• [EXERCISE INSTRUCTIONS] Please find every line in the records below that contains the word "IFCEXTRUDEDAREASOLID", and copy it.

• [INFORMATION GIVEN]

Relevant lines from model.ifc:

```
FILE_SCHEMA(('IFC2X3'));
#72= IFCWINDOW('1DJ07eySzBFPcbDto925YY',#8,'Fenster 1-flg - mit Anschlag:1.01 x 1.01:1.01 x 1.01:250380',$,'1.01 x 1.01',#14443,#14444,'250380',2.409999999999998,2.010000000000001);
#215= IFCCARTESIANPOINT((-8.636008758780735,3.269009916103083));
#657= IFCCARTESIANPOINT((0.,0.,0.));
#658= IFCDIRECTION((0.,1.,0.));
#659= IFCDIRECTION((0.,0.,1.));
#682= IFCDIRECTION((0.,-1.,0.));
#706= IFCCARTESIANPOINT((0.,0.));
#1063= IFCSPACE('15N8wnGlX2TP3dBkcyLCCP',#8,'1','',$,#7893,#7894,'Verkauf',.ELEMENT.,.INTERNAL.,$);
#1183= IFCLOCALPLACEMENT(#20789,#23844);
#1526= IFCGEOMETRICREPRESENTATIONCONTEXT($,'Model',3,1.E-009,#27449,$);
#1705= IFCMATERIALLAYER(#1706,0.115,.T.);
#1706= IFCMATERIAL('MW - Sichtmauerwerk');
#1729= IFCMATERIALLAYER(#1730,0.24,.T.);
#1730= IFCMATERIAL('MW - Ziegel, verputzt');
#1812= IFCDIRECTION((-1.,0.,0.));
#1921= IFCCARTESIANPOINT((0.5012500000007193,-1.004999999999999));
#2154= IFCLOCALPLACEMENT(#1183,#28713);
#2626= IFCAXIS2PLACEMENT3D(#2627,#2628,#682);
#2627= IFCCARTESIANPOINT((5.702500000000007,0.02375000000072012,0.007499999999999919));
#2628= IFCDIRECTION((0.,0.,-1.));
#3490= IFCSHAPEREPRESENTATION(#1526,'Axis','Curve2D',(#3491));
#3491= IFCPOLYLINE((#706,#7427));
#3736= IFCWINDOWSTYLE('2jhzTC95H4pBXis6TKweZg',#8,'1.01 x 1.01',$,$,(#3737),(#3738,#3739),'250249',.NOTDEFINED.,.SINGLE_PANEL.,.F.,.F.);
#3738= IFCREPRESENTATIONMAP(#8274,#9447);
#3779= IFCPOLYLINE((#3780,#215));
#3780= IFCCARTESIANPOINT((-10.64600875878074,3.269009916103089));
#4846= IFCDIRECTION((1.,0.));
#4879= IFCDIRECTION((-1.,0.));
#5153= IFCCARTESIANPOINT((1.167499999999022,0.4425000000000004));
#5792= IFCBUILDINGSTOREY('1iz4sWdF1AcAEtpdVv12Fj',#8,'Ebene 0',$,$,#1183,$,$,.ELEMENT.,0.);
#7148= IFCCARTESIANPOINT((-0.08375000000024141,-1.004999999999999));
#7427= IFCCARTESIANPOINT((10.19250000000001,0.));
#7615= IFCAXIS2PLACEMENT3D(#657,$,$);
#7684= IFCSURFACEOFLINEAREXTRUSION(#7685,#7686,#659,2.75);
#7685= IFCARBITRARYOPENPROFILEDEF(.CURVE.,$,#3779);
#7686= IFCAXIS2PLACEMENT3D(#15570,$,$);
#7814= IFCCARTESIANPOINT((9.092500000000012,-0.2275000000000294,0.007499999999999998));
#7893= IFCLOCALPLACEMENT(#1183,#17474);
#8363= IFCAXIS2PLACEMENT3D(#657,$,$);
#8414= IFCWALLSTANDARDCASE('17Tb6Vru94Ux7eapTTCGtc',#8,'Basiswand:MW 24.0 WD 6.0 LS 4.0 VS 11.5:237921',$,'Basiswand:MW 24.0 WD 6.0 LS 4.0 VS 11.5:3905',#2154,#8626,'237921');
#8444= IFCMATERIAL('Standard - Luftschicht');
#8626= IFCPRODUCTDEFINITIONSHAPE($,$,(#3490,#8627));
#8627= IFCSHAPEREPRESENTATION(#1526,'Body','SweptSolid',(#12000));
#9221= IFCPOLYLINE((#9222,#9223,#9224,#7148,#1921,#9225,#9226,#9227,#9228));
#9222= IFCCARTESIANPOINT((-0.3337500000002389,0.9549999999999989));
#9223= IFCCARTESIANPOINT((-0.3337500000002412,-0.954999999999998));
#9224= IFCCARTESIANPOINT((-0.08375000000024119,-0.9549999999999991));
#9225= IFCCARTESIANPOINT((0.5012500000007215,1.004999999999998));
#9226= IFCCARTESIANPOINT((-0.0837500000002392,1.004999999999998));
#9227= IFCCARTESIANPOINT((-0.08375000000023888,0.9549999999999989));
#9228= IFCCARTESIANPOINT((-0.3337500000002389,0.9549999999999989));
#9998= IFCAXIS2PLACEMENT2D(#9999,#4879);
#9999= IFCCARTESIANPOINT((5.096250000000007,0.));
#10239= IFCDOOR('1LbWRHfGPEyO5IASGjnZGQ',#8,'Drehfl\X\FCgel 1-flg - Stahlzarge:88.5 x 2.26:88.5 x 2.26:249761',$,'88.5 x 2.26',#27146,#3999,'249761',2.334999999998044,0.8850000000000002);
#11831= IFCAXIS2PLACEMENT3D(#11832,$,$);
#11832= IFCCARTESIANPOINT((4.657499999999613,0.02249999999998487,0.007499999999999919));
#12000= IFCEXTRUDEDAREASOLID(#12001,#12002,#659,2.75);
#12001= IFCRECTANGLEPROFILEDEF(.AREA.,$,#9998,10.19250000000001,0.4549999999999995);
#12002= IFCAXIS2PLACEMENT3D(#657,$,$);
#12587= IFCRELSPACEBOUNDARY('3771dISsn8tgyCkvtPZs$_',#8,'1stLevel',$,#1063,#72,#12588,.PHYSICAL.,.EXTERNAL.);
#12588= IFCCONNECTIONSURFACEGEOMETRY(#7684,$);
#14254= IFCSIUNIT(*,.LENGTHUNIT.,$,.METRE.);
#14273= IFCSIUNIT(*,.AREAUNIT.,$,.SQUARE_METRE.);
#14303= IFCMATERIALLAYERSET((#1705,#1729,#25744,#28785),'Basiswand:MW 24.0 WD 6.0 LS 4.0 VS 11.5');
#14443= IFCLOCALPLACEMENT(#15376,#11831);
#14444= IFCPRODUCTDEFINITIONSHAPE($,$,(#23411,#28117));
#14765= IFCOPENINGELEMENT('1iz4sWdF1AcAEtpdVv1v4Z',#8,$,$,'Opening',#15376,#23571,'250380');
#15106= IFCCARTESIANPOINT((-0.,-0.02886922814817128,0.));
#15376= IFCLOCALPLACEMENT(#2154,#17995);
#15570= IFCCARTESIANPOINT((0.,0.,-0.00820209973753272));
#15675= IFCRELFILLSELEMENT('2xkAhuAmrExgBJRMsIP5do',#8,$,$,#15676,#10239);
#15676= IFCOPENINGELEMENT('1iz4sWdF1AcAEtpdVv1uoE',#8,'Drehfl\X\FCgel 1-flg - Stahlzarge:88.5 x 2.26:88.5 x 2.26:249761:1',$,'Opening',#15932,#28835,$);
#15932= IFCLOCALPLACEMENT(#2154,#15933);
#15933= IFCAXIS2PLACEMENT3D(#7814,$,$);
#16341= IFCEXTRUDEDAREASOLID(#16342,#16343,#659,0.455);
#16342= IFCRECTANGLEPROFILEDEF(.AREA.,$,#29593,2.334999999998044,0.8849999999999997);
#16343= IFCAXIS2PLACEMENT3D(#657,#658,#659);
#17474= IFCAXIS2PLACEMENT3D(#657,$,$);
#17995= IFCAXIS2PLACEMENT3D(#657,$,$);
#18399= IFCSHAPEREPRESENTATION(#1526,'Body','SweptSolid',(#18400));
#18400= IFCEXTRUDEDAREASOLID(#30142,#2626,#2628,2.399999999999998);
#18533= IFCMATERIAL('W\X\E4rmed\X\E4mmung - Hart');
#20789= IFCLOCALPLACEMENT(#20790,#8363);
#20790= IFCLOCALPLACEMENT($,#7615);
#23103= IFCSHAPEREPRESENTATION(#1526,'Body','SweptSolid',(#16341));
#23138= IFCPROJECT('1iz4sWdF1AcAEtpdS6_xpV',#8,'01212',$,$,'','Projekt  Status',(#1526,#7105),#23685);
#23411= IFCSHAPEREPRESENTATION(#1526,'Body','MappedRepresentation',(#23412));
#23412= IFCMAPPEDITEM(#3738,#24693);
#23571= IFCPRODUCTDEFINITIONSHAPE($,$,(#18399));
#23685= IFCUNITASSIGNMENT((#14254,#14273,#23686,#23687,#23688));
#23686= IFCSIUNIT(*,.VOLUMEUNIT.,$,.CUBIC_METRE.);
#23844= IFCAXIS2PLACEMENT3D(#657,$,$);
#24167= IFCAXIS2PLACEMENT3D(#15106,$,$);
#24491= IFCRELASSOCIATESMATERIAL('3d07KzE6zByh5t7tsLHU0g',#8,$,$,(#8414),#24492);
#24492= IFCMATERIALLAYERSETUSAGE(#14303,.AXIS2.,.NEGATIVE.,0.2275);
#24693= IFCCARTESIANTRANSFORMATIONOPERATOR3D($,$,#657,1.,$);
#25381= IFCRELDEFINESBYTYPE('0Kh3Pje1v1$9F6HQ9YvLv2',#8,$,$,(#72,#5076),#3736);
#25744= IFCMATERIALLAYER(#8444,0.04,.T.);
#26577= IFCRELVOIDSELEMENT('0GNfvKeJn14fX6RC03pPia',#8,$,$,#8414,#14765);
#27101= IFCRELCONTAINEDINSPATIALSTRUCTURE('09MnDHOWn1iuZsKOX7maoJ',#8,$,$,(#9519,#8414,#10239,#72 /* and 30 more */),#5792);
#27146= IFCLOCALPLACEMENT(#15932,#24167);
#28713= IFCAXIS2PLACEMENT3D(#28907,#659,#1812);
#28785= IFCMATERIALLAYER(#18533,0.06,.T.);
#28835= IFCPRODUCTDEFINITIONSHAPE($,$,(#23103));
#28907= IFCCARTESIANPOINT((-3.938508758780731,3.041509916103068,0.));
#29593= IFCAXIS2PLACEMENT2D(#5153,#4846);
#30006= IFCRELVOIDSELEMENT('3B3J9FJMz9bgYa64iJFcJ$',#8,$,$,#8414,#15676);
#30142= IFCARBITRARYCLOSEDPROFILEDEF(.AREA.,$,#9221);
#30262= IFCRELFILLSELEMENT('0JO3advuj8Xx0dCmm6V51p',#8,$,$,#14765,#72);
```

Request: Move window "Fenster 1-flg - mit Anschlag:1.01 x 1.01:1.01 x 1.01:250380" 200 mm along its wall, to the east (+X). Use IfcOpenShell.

```python
import numpy as np
import ifcopenshell
import ifcopenshell.api.geometry
import ifcopenshell.util.placement
import ifcopenshell.util.unit

model = ifcopenshell.open("model.ifc")
unit_scale = ifcopenshell.util.unit.calculate_unit_scale(model)

window = model.by_id(72)
opening = window.FillsVoids[0].RelatingOpeningElement
wall = opening.VoidsElements[0].RelatingBuildingElement

wall_matrix = ifcopenshell.util.placement.get_local_placement(wall.ObjectPlacement)
shift = wall_matrix[:3, 0] * -0.2 / unit_scale
before = ifcopenshell.util.placement.get_local_placement(window.ObjectPlacement)[:3, 3].copy()

# The window is placed relative to its opening, so it follows when the opening moves.
matrix = ifcopenshell.util.placement.get_local_placement(opening.ObjectPlacement)
matrix[:3, 3] += shift
ifcopenshell.api.geometry.edit_object_placement(
    model, product=opening, matrix=matrix, is_si=False, should_transform_children=True
)

# Space boundary surfaces are stored in each space's coordinates; move them too.
for rel in window.ProvidesBoundaries:
    if not rel.ConnectionGeometry:
        continue
    surface = rel.ConnectionGeometry.SurfaceOnRelatingElement
    space_matrix = ifcopenshell.util.placement.get_local_placement(rel.RelatingSpace.ObjectPlacement)
    point = np.array(surface.Position.Location.Coordinates) + space_matrix[:3, :3].T @ shift
    surface.Position = model.createIfcAxis2Placement3D(
        model.createIfcCartesianPoint(point.tolist()), surface.Position.Axis, surface.Position.RefDirection
    )

after = ifcopenshell.util.placement.get_local_placement(window.ObjectPlacement)[:3, 3]
print("window moved by", (after - before).round(3) + 0.0)

model.write("model_v2.ifc")
```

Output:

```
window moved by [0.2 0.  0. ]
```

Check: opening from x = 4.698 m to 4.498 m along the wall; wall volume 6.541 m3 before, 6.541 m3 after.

• [EXPECTED ANSWER]
#12000= IFCEXTRUDEDAREASOLID(#12001,#12002,#659,2.75);
#16341= IFCEXTRUDEDAREASOLID(#16342,#16343,#659,0.455);
#18400= IFCEXTRUDEDAREASOLID(#30142,#2626,#2628,2.399999999999998);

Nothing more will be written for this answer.